Kathy Jones at work in her studio on Laguna Canyon Road

“I also want to talk about not worrying about your work,” Jones said. “What is it you do that takes you completely out of your work, allows you to step away and then come back at it with a fresh eye?” It’s important, Jones said, to give yourself permission to take breaks and recharge your creative energy. “It may be cultural, but many of us get caught up in the pressure of producing the next piece. It’s all we think about. Instead, slow down and give yourself the opportunity to do things that have nothing to do with your work so you’ll come back with more energy and freedom. I don’t think that sense of freedom is innate in most of us. We’re not a very playful society.” 

Jones is an artist who works from the inside out, painting what she feels instead of what she sees. Her images walk an elegant line between the abstract and the figurative, but each one evokes an emotional response. 

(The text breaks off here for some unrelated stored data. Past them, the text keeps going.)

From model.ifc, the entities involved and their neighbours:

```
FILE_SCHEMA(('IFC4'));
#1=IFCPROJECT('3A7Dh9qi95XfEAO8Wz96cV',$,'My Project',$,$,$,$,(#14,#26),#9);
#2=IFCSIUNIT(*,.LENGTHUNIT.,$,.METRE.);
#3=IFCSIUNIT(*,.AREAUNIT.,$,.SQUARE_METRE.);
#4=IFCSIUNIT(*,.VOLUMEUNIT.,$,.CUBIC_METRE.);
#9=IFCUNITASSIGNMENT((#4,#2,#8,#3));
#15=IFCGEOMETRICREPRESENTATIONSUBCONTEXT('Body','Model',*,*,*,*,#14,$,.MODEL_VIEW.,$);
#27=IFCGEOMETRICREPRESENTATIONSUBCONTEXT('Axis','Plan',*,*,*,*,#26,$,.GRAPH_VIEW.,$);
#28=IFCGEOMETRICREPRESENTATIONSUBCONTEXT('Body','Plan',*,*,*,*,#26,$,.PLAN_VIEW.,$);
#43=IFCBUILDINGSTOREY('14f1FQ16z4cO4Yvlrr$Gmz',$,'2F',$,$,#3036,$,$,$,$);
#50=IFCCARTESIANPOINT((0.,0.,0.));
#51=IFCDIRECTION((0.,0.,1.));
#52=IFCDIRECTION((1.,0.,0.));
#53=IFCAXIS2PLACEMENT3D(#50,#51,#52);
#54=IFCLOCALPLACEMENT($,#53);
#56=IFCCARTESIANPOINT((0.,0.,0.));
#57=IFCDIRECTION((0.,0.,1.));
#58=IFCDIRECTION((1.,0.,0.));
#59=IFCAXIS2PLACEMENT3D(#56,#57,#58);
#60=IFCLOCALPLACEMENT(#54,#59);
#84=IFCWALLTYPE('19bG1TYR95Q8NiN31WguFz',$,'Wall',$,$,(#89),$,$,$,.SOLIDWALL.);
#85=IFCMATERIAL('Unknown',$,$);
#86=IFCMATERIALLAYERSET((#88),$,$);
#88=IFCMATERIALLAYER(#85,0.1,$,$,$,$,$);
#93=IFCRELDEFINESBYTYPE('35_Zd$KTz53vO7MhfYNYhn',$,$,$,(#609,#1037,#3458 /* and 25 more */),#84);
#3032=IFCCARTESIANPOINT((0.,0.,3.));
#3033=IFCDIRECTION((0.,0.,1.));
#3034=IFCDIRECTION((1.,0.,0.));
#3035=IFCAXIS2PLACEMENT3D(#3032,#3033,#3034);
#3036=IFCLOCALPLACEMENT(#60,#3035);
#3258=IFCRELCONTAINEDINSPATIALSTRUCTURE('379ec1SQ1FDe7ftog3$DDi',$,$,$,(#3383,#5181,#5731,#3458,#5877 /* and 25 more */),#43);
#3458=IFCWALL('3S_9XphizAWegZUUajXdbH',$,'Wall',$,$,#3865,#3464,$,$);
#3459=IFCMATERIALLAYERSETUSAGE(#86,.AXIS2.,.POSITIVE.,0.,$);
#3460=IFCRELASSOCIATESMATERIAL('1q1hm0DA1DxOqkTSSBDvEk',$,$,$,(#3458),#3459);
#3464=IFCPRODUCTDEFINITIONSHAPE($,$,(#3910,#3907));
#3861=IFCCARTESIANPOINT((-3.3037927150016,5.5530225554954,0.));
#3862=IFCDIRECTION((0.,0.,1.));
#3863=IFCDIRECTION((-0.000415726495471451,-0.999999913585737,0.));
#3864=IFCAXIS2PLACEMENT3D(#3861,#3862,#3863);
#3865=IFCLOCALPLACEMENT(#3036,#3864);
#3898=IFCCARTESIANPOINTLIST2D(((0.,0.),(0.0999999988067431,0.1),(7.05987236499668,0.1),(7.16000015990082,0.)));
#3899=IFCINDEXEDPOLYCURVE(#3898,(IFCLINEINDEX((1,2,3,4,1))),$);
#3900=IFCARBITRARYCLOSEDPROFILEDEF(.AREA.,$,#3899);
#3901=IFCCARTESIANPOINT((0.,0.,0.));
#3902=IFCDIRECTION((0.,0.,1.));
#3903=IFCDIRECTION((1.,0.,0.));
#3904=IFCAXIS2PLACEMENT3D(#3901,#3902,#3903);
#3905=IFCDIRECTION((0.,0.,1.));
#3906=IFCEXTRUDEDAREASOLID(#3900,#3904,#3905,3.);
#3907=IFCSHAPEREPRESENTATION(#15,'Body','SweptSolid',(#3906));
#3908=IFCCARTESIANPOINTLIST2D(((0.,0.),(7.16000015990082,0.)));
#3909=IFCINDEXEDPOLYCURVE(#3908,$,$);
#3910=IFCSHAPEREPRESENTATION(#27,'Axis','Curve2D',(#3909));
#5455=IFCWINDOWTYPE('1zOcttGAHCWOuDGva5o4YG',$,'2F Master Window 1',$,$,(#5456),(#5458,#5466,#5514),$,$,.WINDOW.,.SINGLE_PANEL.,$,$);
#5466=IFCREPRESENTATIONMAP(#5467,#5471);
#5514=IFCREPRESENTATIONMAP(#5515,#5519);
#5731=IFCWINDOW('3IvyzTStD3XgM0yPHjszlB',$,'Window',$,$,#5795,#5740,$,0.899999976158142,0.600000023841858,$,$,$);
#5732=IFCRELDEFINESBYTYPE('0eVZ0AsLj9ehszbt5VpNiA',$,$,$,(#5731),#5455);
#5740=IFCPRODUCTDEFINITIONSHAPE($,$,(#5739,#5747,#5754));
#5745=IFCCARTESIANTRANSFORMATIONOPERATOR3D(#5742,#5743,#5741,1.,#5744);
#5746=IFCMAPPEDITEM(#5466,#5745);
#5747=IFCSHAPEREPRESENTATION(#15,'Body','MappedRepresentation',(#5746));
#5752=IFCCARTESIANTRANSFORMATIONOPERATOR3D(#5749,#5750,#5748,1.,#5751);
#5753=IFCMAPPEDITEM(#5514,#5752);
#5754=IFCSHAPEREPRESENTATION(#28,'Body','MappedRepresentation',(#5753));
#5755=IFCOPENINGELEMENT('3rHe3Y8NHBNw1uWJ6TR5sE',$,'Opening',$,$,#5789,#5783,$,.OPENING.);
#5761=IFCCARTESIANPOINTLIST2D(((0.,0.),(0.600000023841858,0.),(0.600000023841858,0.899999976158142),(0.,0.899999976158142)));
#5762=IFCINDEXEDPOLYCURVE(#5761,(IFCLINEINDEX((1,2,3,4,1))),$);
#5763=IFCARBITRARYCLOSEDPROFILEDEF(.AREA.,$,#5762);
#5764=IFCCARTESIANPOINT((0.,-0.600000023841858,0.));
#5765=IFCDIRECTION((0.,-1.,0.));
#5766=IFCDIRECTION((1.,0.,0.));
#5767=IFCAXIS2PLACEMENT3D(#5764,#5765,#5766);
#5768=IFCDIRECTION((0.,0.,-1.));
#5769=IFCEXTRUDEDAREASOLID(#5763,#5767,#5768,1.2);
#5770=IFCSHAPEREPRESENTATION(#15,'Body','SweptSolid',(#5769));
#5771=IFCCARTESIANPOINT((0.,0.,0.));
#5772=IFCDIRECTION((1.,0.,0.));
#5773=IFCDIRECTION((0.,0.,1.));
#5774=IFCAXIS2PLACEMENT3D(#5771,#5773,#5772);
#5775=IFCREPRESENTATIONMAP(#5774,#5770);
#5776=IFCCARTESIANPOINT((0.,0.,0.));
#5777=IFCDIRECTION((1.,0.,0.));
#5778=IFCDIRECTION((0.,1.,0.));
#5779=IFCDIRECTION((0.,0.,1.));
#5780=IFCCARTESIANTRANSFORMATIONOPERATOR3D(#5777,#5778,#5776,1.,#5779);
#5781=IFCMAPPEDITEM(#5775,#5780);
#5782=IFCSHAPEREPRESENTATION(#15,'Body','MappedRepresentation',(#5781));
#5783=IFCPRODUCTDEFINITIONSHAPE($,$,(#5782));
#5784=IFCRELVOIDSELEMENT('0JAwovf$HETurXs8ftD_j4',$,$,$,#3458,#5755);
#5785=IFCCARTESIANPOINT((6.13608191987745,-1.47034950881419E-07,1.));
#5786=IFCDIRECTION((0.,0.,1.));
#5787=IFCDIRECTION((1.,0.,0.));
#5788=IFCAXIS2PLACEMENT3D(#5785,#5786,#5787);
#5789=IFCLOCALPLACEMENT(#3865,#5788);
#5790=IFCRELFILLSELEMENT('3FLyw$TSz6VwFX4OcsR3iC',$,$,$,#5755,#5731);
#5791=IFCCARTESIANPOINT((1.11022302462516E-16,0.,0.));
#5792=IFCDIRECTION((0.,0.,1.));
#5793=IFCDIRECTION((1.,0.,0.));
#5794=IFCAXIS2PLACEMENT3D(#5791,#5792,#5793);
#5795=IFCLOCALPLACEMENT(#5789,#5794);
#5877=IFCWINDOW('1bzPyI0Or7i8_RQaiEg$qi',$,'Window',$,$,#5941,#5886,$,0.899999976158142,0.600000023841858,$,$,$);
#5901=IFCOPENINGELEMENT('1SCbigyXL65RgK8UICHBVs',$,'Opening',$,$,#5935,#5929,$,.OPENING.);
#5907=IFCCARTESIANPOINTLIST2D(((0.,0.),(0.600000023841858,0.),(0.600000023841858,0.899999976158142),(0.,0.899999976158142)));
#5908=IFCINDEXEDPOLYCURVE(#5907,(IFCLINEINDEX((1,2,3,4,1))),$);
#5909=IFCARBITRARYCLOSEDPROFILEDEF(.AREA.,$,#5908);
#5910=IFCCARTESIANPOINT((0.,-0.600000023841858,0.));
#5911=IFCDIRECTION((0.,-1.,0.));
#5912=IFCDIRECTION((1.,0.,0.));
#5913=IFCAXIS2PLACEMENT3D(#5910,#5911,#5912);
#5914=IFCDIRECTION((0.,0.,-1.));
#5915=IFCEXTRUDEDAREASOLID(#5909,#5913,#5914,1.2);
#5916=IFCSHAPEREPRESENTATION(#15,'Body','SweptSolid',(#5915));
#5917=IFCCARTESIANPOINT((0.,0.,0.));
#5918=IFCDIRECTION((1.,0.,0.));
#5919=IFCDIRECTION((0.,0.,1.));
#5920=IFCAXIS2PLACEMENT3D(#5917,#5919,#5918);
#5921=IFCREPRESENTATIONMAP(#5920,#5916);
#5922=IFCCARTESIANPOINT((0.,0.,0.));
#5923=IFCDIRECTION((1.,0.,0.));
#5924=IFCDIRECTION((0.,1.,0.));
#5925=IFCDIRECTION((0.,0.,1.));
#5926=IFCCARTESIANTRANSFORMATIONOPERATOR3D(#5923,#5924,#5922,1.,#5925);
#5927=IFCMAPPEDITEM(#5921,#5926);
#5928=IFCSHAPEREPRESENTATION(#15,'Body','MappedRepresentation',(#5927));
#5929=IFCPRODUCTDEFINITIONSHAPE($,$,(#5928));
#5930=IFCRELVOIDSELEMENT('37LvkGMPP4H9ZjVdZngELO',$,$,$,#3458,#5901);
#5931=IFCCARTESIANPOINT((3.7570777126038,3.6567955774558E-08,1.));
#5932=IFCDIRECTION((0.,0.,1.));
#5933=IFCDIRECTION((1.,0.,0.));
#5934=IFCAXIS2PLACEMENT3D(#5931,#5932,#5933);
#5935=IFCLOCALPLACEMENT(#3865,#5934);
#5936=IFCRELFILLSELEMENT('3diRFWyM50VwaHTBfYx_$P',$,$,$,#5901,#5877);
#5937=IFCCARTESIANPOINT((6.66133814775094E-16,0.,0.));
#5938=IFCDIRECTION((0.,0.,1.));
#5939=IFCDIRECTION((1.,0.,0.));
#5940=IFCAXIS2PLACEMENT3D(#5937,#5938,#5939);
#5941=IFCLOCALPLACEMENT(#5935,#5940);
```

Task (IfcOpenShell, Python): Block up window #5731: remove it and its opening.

```python
import ifcopenshell
import ifcopenshell.api.feature
import ifcopenshell.api.root
import ifcopenshell.geom
import ifcopenshell.util.shape

model = ifcopenshell.open("model.ifc")
settings = ifcopenshell.geom.settings()


def volume(element):
    """Net volume in cubic metres, openings subtracted."""
    shape = ifcopenshell.geom.create_shape(settings, element)
    return ifcopenshell.util.shape.get_volume(shape.geometry)


window = model.by_guid("3IvyzTStD3XgM0yPHjszlB")
opening = window.FillsVoids[0].RelatingOpeningElement
wall = opening.VoidsElements[0].RelatingBuildingElement
before = volume(wall)

ifcopenshell.api.root.remove_product(model, product=window)
ifcopenshell.api.feature.remove_feature(model, feature=opening)

after = volume(wall)

print(f"wall volume {before:.3f} -> {after:.3f} m3")

model.write("model_rev.ifc")
```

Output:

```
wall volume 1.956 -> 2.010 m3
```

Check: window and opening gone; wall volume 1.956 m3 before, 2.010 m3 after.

When asked how the pandemic impacted her work, Jones said, “I recently had a chance to look at that issue. I sent a new batch of paintings to a gallery and realized my prior paintings – ones I’d done maybe four or six months earlier – were quite a bit more jagged. They almost looked constrained. They had all these lines that looked like barbed wire and seemed influenced by a sense that bad things were happening out there. My more recent paintings were quite cheerful. Maybe they shouldn’t be cheerful considering where we are today, but I painted them during a time where there seemed to be a lift in the world. A sense of optimism was reflected in those pieces.” Of course, Jones said, that’s all subconscious. She never strives to depict her awareness of the world or her moods. That’s simply the internal machinery of an artistic mind at work.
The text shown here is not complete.